These local companies strive to reduce medical costs (and boost patient care) by curbing your poor decisions.

We have some bad news: You know the ever-spiraling, prohibitive cost of health care? It’s your fault. Well, not yours, specifically—it’s collectively the fault of all patients. Why? Because we make some really dumb decisions when it comes to our health. We smoke, we eat at McDonald’s, we accidentally see doctors outside our networks. Unnecessary emergency room visits alone add $38 billion annually to the national health care bill. But don’t get defensive. Atrocious policymakers and greedy corporations share the blame. Still, if we want to cut costs, one way is to improve our behavior.
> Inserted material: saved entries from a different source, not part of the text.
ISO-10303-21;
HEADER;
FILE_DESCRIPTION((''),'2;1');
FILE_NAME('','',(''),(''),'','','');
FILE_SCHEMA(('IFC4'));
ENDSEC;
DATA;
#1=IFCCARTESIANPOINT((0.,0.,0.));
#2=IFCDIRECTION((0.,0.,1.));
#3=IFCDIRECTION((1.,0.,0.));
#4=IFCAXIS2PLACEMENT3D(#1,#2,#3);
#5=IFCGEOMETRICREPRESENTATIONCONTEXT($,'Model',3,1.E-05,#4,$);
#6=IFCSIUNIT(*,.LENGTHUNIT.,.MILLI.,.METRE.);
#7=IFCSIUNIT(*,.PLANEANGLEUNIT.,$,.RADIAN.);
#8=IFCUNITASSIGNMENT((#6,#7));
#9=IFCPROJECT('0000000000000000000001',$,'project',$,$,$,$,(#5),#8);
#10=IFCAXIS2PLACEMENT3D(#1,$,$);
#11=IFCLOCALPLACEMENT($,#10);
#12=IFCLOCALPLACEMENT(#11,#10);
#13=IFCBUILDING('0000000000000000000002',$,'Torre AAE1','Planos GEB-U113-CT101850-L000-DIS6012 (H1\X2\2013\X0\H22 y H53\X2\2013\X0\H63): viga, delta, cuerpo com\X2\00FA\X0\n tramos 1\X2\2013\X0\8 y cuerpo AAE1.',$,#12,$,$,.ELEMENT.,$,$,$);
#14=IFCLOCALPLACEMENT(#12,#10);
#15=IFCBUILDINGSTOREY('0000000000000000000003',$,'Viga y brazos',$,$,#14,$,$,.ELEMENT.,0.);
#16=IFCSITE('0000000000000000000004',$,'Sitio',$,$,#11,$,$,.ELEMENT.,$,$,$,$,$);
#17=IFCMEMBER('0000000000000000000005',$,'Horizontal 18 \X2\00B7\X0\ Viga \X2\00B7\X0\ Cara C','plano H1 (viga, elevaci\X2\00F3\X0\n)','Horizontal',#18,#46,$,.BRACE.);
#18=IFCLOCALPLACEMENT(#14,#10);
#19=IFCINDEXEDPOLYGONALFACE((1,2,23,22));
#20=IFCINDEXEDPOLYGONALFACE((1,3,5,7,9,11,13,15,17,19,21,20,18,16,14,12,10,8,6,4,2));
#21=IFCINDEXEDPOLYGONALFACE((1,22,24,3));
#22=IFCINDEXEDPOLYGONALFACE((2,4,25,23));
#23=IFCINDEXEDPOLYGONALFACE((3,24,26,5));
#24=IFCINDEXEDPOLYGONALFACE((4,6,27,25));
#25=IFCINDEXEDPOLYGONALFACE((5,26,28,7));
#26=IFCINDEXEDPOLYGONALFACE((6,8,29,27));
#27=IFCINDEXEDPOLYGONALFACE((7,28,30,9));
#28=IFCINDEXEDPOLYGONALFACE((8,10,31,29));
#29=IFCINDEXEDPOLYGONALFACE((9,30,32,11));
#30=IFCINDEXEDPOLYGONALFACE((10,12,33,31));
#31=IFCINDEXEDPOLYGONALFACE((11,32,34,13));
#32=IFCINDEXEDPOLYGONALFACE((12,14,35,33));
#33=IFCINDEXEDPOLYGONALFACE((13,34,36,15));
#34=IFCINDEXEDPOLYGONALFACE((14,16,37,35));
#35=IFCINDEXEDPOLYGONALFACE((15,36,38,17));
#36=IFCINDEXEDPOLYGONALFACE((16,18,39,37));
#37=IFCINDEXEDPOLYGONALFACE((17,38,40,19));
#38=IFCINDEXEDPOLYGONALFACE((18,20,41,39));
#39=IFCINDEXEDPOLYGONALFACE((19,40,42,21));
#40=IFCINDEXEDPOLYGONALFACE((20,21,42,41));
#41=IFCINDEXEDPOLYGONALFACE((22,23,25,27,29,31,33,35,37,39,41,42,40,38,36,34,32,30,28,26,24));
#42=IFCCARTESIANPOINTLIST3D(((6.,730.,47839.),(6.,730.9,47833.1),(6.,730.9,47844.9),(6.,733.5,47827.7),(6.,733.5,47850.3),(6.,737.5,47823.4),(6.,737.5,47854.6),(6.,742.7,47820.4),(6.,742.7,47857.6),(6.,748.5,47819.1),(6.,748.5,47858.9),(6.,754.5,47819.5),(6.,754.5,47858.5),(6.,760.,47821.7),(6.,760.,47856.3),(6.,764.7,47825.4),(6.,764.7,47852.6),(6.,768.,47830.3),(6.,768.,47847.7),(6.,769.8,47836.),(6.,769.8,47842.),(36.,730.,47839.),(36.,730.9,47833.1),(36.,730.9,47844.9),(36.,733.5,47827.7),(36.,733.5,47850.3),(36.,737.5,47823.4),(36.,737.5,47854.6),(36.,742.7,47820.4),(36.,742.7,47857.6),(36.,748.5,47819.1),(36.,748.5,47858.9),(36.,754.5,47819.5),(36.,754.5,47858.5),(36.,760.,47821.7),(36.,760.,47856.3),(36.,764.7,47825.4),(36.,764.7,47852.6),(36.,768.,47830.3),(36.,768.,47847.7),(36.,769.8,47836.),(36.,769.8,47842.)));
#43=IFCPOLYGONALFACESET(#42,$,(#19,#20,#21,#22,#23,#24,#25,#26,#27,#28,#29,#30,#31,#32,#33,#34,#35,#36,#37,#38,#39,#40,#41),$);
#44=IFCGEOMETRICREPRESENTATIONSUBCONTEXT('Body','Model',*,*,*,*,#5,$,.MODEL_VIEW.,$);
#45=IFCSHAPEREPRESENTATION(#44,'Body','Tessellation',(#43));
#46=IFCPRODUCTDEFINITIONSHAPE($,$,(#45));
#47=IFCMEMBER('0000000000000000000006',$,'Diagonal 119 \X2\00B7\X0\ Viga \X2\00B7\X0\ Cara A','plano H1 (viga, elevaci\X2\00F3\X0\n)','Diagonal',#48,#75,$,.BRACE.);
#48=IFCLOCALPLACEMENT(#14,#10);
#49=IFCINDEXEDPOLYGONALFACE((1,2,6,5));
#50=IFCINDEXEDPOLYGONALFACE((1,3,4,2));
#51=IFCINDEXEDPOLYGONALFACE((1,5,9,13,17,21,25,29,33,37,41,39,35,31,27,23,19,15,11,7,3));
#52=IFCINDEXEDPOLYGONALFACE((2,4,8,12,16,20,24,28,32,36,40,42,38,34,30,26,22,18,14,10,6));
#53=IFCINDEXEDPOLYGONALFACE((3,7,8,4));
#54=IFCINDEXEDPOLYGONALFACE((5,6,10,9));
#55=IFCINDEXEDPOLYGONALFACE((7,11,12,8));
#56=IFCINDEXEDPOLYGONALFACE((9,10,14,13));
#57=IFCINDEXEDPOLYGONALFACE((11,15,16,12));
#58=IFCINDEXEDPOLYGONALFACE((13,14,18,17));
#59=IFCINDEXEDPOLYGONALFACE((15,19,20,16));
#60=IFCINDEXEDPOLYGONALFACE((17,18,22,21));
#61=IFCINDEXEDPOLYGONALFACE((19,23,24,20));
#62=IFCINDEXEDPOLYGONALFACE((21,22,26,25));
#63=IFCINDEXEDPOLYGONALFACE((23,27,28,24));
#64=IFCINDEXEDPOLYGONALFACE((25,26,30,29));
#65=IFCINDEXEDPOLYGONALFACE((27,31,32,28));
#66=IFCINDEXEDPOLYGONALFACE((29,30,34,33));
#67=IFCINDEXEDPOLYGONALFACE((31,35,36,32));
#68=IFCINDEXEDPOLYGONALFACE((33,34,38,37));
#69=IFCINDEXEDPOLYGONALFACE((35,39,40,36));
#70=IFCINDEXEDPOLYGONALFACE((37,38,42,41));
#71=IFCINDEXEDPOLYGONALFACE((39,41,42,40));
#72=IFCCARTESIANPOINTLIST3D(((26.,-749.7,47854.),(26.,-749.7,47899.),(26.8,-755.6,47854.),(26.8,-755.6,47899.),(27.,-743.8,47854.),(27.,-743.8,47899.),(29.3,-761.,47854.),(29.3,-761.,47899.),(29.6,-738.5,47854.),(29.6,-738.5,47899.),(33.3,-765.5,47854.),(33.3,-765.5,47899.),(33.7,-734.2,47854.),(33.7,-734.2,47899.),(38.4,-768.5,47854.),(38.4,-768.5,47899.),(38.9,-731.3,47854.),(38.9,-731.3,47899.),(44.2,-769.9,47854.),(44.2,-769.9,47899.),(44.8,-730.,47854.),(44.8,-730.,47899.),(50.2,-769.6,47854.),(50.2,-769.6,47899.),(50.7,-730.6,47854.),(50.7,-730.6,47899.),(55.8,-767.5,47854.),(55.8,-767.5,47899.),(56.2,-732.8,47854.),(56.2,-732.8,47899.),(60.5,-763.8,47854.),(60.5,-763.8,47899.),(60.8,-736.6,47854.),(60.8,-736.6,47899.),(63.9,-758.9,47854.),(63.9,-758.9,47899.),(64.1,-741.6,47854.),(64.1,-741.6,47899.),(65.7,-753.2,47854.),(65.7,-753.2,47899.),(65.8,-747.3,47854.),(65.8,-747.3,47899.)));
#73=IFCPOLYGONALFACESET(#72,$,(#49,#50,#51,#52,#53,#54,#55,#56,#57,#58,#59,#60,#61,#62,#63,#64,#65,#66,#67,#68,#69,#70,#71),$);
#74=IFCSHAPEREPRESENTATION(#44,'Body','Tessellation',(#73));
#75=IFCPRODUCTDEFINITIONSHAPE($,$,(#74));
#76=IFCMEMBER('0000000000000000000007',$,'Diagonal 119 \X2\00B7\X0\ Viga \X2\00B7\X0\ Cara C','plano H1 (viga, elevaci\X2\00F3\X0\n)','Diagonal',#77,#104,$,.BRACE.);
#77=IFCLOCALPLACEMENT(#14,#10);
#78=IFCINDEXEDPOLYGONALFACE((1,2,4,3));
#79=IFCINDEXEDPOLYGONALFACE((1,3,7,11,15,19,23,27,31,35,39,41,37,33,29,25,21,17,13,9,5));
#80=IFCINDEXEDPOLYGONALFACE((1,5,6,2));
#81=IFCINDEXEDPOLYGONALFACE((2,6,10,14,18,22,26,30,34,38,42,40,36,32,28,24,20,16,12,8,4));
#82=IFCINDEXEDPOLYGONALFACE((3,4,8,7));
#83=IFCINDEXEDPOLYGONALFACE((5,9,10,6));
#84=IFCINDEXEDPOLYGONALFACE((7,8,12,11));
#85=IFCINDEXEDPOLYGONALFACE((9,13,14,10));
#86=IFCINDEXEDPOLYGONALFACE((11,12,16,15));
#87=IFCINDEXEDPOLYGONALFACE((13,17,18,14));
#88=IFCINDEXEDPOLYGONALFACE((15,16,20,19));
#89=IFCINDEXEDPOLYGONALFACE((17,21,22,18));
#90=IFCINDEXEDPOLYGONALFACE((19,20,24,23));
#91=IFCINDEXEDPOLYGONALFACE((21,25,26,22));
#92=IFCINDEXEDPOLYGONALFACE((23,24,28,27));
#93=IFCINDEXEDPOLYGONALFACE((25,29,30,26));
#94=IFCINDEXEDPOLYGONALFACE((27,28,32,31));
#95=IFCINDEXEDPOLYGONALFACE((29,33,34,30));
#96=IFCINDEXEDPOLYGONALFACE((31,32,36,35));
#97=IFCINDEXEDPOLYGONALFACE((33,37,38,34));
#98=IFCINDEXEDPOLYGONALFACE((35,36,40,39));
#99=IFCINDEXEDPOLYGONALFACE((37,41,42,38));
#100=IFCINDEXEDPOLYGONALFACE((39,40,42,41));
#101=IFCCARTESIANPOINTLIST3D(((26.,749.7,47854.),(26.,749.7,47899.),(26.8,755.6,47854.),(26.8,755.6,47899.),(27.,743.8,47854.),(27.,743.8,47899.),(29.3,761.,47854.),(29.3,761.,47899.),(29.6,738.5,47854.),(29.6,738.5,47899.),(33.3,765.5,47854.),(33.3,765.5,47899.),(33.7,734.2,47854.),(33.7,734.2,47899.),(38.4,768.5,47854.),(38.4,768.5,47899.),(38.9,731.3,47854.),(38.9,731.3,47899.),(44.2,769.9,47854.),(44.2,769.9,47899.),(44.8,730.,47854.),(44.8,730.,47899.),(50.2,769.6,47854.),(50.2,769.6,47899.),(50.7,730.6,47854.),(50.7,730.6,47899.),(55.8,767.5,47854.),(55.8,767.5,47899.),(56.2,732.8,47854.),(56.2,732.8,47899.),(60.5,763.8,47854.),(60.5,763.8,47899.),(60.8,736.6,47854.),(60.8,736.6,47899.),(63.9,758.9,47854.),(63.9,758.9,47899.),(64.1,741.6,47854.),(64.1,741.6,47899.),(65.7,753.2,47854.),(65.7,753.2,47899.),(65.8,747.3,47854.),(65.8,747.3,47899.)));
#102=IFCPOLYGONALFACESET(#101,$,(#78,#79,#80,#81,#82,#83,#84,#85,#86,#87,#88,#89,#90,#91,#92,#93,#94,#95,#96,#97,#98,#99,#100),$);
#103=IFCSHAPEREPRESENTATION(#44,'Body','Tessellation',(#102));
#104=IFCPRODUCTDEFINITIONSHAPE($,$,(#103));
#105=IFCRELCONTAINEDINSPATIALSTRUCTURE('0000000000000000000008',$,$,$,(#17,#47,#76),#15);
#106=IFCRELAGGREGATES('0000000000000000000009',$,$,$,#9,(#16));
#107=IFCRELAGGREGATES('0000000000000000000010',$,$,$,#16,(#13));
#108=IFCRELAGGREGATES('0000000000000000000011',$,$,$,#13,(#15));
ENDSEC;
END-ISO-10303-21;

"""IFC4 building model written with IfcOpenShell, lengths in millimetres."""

from ifc_helpers import new_model, si_unit, frame, origin, origin_with_axes, place, context, subcontext, project, spatial, circle, extrude, element, save


model = new_model("IFC4")

# Units and contexts
model_context = context("Model", 3, precision=1e-05, world=origin_with_axes())
body_context = subcontext(model_context, "Body", "Model", "MODEL_VIEW")
ifc_project = project(units=[si_unit("LENGTHUNIT", "METRE", prefix="MILLI"), si_unit("PLANEANGLEUNIT", "RADIAN")], contexts=[model_context])

# Site, building, storey
site_placement = place(None, origin())
site = spatial("IfcSite", under=ifc_project, at=site_placement, Name="Sitio", CompositionType="ELEMENT")
building_placement = place(site_placement, origin())
building = spatial("IfcBuilding", under=site, at=building_placement, Name="Torre AAE1", Description="Planos GEB-U113-CT101850-L000-DIS6012 (H1–H22 y H53–H63): viga, delta, cuerpo común tramos 1–8 y cuerpo AAE1.", CompositionType="ELEMENT")
storey_placement = place(building_placement, origin())
storey = spatial("IfcBuildingStorey", under=building, at=storey_placement, Name="Viga y brazos", CompositionType="ELEMENT", Elevation=0.0)

# Members
for number, where, z_axis, x_axis, name in (
    (1, (6.0, 750.0, 47839.0), (1.0, 0.0, 0.0), (0.0, -1.0, 0.0), "Horizontal 18 · Viga · Cara C"),
):
    element("IfcMember", number, at=place(storey_placement, frame(where, z_axis=z_axis, x_axis=x_axis)), inside=storey, Name=name, Description="plano H1 (viga, elevación)", ObjectType="Horizontal", PredefinedType="BRACE", context=body_context, shape_type="SweptSolid", body=[
        extrude(circle(Radius=20.0), None, (0.0, 0.0, 1.0), 30.0),
    ])
for number, where, z_axis, x_axis, name in (
    (2, (46.0, -750.0, 47899.0), (0.0, 0.0, -1.0), (-0.061218, 0.998124, 0.0), "Diagonal 119 · Viga · Cara A"),
    (3, (46.0, 750.0, 47899.0), (0.0, 0.0, -1.0), (-0.061218, -0.998124, 0.0), "Diagonal 119 · Viga · Cara C"),
):
    element("IfcMember", number, at=place(storey_placement, frame(where, z_axis=z_axis, x_axis=x_axis)), inside=storey, Name=name, Description="plano H1 (viga, elevación)", ObjectType="Diagonal", PredefinedType="BRACE", context=body_context, shape_type="SweptSolid", body=[
        extrude(circle(Radius=20.0), None, (0.0, 0.0, 1.0), 45.0),
    ])

save(model, "model.ifc")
Fortunately, digital platforms designed to help individuals make smarter, healthier decisions are all the rage in Colorado. So how are these startups getting patients to be good? With bribes, of course. Welltok, a Denver-based pioneer in health-optimization software, hosts a digital platform called CaféWell that covers everything from resilience training for your mind to daily flossing for dental hygiene. Welltok’s clients are insurance companies, hospitals, and employers who want to goad their staffers or consumers toward specific health goals. The Colorado Division of Human Resources, for one, distributes points to employees who participate in walking campaigns, complete online health assessments, and receive flu shots. If workers accumulate enough points in one year, they get a $240 premium reduction on their health insurance the following year.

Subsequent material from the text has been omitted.